As per the ESC guidelines [6], 100 of the 178 patients (56.1%) had de novo indications for PPM therapy before CNA: SND was reported in 88 patients (45%); AVB in 21 (10%); tachycardia-bradycardia syndrome in 26 (13%); cardioinhibitory VVS in 41 (21%); and cardioinhibitory carotid sinus syndrome or carotid sinus hypersensitivity in 3 patients (1.5%). Complex indications (≥2) were reported in 45 patients (23%). In 78 patients, the indication for CNA was symptomatic bradycardia, which is not a class I, IIa, and IIb indication for PPM therapy. According to the 2021 ESC guidelines, pacing therapy is not recommended in patients with cardioinhibitory vasovagal reflex diagnosed during the head-up tilt test and aged below 40 years. Therefore, such patients were not considered candidates for PPM therapy in our study. Several patients did not fulfill the criteria for severe recurrent syncopal episodes.

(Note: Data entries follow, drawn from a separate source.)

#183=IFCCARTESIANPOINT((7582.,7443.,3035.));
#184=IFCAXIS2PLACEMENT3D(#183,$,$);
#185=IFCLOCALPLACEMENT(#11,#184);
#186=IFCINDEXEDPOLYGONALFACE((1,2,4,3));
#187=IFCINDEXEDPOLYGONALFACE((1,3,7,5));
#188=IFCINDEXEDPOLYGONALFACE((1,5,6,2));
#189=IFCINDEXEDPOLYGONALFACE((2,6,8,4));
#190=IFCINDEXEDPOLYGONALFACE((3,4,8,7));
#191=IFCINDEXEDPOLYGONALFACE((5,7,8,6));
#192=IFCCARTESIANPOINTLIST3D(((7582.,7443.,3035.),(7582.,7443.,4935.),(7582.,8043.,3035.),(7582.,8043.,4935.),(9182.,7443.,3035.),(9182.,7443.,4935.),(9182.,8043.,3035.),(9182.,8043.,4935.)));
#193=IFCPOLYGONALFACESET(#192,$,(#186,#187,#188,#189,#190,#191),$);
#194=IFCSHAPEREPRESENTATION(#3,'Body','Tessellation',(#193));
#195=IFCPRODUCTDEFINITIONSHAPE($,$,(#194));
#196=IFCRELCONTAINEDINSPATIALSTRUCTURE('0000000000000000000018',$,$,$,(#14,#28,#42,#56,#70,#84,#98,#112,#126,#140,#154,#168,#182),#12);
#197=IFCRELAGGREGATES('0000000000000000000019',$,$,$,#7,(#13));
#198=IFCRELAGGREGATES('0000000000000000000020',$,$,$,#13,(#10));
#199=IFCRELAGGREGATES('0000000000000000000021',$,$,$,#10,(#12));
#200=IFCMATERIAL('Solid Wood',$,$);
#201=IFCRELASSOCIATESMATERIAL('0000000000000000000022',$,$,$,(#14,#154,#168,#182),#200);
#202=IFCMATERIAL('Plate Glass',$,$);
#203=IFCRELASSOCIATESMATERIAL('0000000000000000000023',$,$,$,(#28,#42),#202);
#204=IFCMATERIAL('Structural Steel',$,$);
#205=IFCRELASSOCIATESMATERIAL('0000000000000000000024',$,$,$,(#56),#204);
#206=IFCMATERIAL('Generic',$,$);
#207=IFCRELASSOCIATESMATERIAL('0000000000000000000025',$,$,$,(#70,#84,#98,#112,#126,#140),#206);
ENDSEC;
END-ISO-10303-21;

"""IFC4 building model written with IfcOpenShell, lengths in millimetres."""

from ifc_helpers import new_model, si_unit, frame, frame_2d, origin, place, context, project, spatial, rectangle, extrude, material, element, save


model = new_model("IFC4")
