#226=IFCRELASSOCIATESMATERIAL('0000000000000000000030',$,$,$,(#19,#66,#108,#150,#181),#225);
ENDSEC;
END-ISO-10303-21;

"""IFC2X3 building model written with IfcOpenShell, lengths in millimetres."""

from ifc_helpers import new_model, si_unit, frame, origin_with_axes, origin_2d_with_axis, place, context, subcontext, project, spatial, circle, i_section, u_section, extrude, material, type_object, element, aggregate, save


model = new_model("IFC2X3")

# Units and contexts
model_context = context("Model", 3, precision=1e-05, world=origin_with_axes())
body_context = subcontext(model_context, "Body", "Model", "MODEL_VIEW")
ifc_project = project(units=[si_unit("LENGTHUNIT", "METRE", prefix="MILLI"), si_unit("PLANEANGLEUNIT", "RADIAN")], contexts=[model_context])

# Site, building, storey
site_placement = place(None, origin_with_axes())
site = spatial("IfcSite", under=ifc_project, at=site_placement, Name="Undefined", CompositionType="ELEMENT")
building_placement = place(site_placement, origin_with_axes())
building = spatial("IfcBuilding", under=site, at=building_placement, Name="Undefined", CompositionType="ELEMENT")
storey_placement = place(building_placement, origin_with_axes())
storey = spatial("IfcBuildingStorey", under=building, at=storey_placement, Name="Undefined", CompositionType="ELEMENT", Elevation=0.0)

Indications for de novo PPM therapy were present in 32 of the 86 patients (37%) aged 60 years or older. During follow-up (mean, 23.7 [10.3] months) after successful CNA procedures (226 procedures in 195 patients; mean, 1.1 [0.2] procedures), no deaths were reported, and only 10 of the 195 patients (5%) experienced recurrent syncopal episodes. Of the 10 patients, 8 were diagnosed with orthostatic/vasodepressive syncope with a clear prodromal phase. Despite positive atropine tests before the procedure and CNA, 4 of the 100 patients (4%) with indications for pacing before CNA still demonstrated those indications at follow-up due to an intrinsic substrate. Finally, 6 of the 178 patients (3.4%) met de novo criteria for pacing after CNA (P <0.01). These criteria included coexisting functional and structural bradycardia (n = 3), recurrent bradycardia after CNA with syncope and presyncope and refusal to undergo the second CNA procedure (n = 2), and late development of severe sinus chronotropic incompetence (n = 1) after successful CNA for prolonged functional AVB with syncope. Of the 195 patients, 7 (3.5%) developed major complications associated with CNA, including cardiac tamponade (2 patients), pericarditis (2 patients), pericardial effusion (1 patient), femoral aneurysm (1 patient), and pneumothorax, also in 1 patient. All complications were treated non-surgically and had no late consequences.

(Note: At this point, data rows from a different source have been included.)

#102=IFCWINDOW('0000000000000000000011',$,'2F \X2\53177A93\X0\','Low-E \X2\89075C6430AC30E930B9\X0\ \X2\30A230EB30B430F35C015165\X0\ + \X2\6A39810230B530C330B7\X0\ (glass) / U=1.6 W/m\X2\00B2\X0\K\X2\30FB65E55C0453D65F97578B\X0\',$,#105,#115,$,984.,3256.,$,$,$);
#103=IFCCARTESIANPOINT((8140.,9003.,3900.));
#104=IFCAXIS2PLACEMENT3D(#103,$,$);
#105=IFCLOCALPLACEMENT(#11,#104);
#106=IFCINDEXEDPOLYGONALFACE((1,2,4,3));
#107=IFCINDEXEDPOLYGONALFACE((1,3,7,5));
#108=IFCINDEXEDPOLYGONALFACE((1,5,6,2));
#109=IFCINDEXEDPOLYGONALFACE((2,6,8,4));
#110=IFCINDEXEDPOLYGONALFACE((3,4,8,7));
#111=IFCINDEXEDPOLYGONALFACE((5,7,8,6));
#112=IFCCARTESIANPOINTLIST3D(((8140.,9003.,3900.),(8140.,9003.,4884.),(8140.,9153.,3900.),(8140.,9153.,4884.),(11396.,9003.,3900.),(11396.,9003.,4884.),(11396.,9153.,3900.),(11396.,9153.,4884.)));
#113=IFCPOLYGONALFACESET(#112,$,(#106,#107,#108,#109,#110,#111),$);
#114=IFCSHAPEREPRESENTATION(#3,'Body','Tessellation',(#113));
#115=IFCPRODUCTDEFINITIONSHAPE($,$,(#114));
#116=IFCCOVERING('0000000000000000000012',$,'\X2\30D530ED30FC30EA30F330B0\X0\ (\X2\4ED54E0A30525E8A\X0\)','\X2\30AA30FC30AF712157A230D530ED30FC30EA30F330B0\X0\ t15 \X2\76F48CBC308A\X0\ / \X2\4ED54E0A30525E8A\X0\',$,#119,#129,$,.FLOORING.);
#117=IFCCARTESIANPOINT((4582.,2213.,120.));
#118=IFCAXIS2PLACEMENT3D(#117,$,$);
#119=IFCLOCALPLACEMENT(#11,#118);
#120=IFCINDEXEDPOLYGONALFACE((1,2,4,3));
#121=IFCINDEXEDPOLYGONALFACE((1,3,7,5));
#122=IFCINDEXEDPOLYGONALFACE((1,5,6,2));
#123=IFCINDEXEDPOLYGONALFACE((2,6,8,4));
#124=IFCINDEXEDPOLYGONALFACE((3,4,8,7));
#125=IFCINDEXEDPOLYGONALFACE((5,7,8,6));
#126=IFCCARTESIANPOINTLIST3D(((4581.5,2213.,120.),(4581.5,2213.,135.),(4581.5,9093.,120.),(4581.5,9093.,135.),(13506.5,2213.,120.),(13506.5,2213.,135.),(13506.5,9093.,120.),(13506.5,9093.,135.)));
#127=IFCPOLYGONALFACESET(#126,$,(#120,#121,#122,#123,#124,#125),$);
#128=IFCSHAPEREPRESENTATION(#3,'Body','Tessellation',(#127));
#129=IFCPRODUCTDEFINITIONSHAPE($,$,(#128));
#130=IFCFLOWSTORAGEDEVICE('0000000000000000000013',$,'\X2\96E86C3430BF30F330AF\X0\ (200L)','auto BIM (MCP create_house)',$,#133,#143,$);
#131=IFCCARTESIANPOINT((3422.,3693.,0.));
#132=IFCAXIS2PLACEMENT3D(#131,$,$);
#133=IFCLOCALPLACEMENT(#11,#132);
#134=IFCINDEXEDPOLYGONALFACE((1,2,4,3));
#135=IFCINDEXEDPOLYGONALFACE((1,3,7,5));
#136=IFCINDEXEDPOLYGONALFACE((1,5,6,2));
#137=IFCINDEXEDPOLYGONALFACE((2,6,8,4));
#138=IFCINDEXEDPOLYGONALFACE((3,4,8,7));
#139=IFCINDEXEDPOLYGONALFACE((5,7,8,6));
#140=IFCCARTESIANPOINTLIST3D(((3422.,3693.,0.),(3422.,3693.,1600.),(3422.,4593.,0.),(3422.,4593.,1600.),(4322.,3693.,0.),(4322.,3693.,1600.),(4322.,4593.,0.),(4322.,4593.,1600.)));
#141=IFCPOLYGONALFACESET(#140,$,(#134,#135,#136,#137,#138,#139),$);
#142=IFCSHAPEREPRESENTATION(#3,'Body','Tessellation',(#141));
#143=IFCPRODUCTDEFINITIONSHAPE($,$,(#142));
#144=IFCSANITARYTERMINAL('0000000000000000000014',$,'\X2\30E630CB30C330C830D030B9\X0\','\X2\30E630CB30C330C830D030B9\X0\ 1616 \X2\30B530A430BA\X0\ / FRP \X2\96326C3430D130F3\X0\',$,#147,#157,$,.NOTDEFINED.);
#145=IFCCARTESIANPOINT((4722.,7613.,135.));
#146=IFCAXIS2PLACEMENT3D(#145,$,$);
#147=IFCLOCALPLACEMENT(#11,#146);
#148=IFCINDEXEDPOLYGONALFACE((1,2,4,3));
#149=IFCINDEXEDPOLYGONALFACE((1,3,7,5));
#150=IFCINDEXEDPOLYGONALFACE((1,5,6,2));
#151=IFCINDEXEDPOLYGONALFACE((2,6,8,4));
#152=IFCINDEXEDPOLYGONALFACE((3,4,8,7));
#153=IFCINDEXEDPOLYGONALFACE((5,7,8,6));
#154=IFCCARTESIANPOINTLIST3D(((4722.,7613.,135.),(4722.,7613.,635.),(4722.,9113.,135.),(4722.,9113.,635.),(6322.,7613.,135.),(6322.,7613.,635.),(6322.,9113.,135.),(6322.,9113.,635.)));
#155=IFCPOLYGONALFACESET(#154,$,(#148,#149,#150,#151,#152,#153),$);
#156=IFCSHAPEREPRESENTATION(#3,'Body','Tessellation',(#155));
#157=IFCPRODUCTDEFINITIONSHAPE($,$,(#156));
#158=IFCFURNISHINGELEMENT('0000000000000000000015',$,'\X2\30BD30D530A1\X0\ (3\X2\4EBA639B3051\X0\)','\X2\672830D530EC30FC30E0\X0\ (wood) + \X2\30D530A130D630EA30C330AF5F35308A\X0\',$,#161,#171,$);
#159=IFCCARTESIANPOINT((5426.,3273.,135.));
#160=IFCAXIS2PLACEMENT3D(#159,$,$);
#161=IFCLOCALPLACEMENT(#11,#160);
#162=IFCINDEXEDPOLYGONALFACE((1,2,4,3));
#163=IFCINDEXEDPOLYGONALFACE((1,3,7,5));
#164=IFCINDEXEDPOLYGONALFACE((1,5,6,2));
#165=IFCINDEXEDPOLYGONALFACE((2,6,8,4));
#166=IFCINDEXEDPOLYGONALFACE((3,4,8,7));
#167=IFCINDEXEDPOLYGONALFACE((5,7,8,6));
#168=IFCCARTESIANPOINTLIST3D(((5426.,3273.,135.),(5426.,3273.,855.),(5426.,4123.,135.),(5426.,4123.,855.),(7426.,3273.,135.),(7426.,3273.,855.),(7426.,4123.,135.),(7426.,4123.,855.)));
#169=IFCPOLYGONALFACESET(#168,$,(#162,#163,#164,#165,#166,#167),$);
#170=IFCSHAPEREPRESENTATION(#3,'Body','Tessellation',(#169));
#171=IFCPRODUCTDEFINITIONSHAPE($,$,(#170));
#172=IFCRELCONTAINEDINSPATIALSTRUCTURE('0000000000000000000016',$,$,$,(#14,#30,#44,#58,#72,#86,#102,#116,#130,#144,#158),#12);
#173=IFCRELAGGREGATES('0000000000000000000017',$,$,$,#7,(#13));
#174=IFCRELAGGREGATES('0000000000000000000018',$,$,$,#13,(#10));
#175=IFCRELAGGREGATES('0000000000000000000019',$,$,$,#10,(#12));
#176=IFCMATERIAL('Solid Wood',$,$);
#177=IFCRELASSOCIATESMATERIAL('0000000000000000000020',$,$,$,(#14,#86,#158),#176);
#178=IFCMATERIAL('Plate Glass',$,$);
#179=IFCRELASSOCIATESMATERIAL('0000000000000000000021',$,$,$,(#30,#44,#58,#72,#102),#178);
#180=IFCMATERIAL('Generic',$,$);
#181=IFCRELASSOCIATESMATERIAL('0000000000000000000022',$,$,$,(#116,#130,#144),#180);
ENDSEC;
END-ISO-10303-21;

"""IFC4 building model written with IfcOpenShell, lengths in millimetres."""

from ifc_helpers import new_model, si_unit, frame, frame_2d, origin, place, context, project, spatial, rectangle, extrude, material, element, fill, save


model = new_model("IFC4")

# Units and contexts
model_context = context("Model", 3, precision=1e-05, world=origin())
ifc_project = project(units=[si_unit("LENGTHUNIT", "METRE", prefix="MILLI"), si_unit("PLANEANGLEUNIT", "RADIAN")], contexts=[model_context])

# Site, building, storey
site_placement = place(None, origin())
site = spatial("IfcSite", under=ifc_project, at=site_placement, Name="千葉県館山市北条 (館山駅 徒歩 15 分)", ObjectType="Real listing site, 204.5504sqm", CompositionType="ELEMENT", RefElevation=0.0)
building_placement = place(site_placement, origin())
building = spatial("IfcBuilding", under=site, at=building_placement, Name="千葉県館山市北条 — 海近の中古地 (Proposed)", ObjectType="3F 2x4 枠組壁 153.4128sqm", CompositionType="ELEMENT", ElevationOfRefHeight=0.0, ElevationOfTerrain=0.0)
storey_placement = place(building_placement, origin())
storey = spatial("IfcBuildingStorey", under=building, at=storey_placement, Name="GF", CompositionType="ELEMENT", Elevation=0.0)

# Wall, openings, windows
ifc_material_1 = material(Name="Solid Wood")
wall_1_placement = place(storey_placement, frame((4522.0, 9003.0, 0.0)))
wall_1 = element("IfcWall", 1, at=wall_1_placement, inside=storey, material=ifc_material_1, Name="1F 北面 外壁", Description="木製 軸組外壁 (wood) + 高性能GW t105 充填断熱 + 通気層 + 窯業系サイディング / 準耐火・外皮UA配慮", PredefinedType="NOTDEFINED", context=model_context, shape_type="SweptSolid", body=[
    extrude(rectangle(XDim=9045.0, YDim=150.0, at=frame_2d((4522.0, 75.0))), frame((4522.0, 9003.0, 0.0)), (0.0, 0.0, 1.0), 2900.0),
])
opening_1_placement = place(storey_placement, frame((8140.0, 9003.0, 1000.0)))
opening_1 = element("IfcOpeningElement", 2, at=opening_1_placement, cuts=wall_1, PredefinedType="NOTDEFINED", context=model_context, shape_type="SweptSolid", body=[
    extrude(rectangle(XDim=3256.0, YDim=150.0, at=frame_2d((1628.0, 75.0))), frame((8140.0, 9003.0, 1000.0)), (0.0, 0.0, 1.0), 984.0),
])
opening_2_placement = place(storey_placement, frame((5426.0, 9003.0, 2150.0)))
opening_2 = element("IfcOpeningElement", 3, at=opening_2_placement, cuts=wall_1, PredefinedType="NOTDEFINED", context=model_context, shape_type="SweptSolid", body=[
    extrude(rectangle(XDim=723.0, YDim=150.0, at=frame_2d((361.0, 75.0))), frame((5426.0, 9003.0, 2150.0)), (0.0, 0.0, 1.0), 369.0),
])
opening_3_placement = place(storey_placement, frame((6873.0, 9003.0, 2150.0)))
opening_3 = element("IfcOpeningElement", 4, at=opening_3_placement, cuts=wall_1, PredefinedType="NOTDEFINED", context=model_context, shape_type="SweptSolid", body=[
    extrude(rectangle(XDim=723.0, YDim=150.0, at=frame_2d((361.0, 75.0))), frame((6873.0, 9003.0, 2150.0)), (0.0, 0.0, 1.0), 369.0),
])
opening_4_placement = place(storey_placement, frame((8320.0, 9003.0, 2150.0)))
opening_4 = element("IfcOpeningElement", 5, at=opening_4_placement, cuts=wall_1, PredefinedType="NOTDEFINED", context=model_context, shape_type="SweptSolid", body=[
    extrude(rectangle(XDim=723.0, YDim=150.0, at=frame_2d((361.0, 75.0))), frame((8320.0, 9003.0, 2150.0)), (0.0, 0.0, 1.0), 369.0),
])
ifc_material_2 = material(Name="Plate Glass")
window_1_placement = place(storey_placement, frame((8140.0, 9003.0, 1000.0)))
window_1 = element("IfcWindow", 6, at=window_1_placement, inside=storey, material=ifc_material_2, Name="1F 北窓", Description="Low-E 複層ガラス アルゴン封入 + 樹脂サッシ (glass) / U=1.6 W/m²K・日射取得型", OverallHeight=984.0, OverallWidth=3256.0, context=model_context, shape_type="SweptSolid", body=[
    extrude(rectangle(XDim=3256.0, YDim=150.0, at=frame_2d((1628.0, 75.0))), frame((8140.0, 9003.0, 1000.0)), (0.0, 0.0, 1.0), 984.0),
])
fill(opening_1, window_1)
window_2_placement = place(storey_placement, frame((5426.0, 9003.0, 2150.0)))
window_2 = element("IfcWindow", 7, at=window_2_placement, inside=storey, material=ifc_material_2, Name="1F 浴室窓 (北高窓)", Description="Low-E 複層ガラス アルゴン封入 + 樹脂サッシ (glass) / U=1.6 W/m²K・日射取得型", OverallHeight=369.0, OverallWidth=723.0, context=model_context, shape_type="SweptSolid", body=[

The discontinuation of PPM therapy and transvenous lead extraction after CNA were recommended and performed in 14 of the 17 patients (82.3%) with previous PPM implantation (P <0.01). At the last follow-up visit, patients were asked about recurrence of bradycardia symptoms, and indications for bradycardia treatment were reconsidered. Of the 186 patients without PPM after CNA, 81% gave consent to another CNA procedure instead of PPM implantation and 10% accepted the management strategy of the physician’s choice. In 4 of 100 patients after cardio­neuroablation, PPM therapy was continued or initiated (Supplementary material, Table S2).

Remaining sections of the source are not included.